→ PROBLEM DESCRIPTION
Up to and including the line with "END-ISO-10303-21;", please reproduce the lines below exactly, beginning with the first.

┌─ EXERCISE INPUTS

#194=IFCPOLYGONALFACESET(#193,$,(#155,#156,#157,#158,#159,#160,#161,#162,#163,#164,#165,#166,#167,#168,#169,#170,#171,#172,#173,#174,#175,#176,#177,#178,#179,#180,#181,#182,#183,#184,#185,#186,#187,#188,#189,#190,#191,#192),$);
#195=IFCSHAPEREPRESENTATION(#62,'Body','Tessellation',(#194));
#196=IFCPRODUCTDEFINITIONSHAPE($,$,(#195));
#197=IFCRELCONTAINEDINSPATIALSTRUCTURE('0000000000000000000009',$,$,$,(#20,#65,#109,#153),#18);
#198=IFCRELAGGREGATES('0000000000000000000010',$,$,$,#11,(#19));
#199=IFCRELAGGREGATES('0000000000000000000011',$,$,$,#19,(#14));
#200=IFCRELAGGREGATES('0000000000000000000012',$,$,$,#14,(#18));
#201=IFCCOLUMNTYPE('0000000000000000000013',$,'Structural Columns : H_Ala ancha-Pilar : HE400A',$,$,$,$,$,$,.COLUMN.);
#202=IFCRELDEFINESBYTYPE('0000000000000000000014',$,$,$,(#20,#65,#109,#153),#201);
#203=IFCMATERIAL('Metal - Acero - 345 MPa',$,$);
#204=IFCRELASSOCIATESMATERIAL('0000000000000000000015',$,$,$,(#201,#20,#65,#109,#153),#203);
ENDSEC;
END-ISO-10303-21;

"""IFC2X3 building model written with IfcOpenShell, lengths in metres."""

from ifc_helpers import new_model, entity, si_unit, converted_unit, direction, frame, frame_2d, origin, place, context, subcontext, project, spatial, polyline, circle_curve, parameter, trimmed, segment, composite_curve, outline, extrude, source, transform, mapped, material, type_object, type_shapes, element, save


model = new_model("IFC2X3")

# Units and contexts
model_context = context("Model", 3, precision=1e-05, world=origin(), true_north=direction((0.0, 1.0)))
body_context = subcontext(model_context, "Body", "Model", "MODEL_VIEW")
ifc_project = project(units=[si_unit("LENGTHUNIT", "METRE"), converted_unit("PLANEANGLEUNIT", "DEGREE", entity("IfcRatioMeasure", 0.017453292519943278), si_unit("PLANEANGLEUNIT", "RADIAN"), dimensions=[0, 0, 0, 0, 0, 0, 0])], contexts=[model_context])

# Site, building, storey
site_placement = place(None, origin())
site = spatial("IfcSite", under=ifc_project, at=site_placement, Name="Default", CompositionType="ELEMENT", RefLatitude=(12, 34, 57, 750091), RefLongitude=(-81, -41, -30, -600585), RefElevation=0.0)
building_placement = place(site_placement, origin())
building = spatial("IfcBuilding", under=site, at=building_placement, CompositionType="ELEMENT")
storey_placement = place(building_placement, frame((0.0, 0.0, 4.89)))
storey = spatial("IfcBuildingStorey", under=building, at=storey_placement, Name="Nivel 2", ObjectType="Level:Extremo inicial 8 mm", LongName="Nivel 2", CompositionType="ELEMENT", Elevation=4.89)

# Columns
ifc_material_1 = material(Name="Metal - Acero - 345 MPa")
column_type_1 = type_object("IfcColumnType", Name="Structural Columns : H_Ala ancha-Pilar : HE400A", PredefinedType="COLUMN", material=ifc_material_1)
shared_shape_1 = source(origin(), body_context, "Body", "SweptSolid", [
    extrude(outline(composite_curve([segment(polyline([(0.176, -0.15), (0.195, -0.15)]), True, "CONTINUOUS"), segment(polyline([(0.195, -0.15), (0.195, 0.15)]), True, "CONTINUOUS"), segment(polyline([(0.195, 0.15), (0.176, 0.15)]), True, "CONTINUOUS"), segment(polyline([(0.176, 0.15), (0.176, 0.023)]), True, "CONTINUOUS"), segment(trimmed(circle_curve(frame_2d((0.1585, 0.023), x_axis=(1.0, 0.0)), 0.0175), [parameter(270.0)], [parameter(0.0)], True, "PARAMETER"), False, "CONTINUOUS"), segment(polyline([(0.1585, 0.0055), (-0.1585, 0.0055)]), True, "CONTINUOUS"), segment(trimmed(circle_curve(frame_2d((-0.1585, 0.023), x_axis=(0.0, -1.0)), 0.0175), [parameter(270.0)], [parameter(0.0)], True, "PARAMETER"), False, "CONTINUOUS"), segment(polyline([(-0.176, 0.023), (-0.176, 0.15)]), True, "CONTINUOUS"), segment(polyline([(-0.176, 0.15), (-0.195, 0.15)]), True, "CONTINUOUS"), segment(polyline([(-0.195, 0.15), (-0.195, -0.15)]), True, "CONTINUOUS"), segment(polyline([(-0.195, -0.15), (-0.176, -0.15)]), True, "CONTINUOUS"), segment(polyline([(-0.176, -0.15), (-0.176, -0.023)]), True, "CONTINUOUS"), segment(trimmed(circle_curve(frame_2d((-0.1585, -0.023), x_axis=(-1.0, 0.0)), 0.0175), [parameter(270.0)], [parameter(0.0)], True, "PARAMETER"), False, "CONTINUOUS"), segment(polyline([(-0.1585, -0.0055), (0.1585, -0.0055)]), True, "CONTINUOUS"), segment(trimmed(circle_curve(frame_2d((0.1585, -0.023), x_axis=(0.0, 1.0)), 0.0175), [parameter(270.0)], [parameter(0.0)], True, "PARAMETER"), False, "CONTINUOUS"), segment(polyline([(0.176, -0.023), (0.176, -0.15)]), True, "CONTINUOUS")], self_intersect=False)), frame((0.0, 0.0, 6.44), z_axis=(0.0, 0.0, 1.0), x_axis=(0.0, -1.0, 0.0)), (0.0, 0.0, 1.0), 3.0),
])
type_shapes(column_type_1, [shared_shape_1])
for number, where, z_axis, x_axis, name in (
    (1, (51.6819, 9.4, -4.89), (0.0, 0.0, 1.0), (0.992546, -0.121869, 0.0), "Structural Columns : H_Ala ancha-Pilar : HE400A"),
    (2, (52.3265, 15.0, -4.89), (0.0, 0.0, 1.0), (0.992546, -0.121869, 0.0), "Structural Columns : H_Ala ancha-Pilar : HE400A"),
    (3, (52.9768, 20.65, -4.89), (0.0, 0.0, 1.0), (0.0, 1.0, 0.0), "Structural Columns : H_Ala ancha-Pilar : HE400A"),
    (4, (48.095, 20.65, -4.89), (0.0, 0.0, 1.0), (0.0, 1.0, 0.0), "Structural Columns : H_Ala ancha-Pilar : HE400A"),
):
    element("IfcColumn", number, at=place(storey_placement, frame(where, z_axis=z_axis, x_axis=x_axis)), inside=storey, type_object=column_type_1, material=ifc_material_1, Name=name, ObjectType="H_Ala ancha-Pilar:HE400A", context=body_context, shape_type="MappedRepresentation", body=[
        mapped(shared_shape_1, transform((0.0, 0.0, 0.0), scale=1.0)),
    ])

└─

→ SOLUTION FOR THIS EXERCISE
#194=IFCPOLYGONALFACESET(#193,$,(#155,#156,#157,#158,#159,#160,#161,#162,#163,#164,#165,#166,#167,#168,#169,#170,#171,#172,#173,#174,#175,#176,#177,#178,#179,#180,#181,#182,#183,#184,#185,#186,#187,#188,#189,#190,#191,#192),$);
#195=IFCSHAPEREPRESENTATION(#62,'Body','Tessellation',(#194));
#196=IFCPRODUCTDEFINITIONSHAPE($,$,(#195));
#197=IFCRELCONTAINEDINSPATIALSTRUCTURE('0000000000000000000009',$,$,$,(#20,#65,#109,#153),#18);
#198=IFCRELAGGREGATES('0000000000000000000010',$,$,$,#11,(#19));
#199=IFCRELAGGREGATES('0000000000000000000011',$,$,$,#19,(#14));
#200=IFCRELAGGREGATES('0000000000000000000012',$,$,$,#14,(#18));
#201=IFCCOLUMNTYPE('0000000000000000000013',$,'Structural Columns : H_Ala ancha-Pilar : HE400A',$,$,$,$,$,$,.COLUMN.);
#202=IFCRELDEFINESBYTYPE('0000000000000000000014',$,$,$,(#20,#65,#109,#153),#201);
#203=IFCMATERIAL('Metal - Acero - 345 MPa',$,$);
#204=IFCRELASSOCIATESMATERIAL('0000000000000000000015',$,$,$,(#201,#20,#65,#109,#153),#203);
ENDSEC;
END-ISO-10303-21;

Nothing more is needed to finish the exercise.